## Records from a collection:
§

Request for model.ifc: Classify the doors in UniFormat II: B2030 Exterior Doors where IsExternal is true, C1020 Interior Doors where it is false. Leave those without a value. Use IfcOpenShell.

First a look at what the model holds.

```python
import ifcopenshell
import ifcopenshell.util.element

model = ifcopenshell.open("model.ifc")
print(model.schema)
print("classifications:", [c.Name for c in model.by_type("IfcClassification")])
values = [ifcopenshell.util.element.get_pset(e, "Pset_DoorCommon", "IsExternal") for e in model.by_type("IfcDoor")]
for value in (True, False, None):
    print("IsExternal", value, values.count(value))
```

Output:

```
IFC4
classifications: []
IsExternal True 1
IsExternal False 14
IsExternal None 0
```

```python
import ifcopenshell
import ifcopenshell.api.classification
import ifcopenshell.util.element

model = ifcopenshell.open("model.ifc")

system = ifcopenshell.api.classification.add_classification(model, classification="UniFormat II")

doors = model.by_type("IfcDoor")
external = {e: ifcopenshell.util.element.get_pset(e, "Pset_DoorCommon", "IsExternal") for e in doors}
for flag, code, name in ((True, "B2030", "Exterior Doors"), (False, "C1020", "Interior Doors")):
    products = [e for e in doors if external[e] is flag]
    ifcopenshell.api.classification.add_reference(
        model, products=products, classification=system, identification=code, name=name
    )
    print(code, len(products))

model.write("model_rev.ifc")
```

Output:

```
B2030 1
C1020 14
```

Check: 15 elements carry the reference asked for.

§

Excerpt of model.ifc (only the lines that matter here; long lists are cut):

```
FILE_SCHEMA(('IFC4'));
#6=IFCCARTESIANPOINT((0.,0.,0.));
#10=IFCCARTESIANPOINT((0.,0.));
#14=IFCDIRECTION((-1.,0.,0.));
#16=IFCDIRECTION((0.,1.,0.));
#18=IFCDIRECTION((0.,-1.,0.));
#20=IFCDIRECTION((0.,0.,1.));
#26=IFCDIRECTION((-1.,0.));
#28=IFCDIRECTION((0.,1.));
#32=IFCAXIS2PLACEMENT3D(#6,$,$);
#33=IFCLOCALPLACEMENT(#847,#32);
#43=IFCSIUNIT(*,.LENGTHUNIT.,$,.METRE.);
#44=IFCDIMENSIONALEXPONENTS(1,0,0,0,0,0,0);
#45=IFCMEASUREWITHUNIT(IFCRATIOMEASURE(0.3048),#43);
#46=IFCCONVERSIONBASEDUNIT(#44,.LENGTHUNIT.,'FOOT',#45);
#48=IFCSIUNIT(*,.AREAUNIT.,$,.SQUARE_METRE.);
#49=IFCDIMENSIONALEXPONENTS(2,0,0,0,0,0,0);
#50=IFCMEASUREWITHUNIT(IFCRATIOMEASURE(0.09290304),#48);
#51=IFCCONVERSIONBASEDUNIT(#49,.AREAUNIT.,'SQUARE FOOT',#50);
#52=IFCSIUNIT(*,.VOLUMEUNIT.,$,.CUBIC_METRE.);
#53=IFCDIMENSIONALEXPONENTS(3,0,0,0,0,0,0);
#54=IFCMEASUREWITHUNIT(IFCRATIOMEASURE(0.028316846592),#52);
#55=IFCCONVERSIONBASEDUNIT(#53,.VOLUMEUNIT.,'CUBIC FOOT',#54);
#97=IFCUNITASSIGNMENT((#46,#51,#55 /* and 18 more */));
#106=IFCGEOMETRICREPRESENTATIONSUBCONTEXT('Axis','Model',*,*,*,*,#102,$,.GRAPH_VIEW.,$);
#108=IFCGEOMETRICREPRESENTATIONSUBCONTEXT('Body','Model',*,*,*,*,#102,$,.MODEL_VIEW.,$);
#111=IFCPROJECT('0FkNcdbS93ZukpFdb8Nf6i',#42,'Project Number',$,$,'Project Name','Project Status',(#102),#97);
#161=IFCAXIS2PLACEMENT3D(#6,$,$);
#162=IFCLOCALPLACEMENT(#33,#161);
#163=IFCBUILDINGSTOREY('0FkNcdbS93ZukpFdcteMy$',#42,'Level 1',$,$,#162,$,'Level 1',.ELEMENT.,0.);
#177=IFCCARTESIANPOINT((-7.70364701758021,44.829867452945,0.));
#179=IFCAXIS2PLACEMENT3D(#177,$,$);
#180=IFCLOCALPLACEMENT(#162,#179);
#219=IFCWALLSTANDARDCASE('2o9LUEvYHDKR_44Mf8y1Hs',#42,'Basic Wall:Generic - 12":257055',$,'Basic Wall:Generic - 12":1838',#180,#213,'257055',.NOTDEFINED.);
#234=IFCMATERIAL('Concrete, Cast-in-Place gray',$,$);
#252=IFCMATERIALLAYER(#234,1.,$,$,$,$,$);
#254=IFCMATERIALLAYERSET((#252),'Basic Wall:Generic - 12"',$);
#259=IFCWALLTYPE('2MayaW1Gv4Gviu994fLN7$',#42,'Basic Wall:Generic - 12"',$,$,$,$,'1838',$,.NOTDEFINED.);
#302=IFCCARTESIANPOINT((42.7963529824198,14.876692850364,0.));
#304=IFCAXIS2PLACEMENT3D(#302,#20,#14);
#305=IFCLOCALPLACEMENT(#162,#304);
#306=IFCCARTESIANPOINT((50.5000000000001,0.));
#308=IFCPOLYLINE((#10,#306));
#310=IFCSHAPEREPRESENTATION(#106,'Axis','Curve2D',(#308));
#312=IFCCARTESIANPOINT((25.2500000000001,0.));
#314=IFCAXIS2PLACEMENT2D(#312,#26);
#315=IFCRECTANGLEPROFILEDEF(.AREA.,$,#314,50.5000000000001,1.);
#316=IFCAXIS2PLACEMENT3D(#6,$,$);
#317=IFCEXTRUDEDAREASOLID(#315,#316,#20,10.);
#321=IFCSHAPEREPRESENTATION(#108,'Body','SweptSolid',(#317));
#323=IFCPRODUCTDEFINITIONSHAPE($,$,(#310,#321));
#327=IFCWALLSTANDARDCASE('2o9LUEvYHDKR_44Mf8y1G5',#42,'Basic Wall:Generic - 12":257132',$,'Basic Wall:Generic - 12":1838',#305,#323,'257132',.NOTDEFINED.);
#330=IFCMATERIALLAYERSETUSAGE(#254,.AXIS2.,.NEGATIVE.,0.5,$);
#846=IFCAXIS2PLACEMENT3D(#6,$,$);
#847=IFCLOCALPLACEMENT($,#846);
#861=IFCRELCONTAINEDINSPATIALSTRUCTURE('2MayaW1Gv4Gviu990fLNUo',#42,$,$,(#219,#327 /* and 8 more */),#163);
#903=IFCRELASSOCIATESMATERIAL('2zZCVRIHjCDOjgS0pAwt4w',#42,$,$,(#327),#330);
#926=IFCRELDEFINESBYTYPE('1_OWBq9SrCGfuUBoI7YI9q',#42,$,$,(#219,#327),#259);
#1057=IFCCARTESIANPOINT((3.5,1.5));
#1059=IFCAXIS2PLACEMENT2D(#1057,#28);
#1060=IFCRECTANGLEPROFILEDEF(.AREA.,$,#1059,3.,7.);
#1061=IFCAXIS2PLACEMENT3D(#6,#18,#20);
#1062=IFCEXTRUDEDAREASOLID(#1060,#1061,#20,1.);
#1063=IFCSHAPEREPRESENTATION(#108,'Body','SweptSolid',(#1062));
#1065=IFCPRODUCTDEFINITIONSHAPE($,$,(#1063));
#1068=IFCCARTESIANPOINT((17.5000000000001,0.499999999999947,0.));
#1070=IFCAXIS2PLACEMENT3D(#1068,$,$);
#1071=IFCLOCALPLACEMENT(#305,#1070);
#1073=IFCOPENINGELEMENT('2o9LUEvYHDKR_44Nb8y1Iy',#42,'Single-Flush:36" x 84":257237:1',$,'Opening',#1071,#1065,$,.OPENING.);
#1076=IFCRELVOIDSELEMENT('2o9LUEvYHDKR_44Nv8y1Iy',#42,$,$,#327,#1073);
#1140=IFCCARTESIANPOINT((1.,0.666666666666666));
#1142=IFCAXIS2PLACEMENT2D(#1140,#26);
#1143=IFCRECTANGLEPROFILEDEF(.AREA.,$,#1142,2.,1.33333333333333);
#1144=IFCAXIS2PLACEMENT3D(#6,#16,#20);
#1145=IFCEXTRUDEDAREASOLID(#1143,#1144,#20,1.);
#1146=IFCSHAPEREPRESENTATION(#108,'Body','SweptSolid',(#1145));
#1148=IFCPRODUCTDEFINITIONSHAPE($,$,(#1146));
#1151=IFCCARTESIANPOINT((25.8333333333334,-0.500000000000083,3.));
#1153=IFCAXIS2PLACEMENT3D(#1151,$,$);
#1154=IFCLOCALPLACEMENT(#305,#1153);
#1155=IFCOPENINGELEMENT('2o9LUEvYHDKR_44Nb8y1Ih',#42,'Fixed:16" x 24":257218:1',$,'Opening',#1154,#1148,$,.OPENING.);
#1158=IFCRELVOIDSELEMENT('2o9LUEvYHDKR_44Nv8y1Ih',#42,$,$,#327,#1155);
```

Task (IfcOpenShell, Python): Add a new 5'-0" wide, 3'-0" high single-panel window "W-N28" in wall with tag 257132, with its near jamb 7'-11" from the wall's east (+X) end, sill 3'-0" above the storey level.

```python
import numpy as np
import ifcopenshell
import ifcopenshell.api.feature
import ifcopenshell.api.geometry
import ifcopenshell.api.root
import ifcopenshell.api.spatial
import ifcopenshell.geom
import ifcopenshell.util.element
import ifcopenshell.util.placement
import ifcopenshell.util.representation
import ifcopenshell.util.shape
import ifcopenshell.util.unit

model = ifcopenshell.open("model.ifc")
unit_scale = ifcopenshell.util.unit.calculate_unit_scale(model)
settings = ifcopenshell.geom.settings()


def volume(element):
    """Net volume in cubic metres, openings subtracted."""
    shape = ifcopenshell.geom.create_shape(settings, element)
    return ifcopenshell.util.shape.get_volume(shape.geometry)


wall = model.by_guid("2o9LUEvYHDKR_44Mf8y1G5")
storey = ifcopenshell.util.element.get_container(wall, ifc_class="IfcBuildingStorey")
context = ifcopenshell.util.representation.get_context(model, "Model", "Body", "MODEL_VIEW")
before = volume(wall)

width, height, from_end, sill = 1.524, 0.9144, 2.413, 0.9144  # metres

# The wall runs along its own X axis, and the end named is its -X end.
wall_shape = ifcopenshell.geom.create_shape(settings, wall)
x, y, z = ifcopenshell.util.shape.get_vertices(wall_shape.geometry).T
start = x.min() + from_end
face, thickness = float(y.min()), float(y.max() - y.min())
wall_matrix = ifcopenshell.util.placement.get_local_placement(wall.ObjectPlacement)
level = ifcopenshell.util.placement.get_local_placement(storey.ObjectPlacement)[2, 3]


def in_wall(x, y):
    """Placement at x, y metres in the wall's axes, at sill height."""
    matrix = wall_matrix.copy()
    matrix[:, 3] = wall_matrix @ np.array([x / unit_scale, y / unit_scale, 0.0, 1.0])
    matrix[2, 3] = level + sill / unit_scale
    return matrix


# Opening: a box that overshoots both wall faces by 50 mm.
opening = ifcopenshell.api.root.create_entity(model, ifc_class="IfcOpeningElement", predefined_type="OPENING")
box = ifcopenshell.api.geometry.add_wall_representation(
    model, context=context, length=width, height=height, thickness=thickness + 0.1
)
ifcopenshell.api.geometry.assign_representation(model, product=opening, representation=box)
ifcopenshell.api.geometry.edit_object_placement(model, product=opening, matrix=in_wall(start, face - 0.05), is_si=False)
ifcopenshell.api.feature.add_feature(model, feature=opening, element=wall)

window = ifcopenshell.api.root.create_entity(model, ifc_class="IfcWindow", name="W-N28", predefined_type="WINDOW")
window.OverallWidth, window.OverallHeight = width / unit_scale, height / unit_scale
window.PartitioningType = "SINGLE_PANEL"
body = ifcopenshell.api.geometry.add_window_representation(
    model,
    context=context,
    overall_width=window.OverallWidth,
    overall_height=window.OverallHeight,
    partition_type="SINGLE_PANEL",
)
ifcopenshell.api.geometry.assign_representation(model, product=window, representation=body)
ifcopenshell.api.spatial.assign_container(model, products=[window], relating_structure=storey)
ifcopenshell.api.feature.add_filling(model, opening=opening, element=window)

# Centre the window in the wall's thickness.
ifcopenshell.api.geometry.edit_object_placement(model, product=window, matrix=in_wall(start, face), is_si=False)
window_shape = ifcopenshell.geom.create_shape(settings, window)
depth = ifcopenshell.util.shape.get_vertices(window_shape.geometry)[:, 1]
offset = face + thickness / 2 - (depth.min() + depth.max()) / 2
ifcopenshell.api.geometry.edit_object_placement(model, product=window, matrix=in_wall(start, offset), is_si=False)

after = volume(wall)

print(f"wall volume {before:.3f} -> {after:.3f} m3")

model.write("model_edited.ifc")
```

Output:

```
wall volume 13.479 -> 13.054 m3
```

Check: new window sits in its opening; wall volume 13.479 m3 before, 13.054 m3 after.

§

## WHAT IS NEEDED:
Please copy every line of the data that carries the string "LENGTHUNIT".

## WRITTEN RESPONSE:
#43=IFCSIUNIT(*,.LENGTHUNIT.,$,.METRE.);
#46=IFCCONVERSIONBASEDUNIT(#44,.LENGTHUNIT.,'FOOT',#45);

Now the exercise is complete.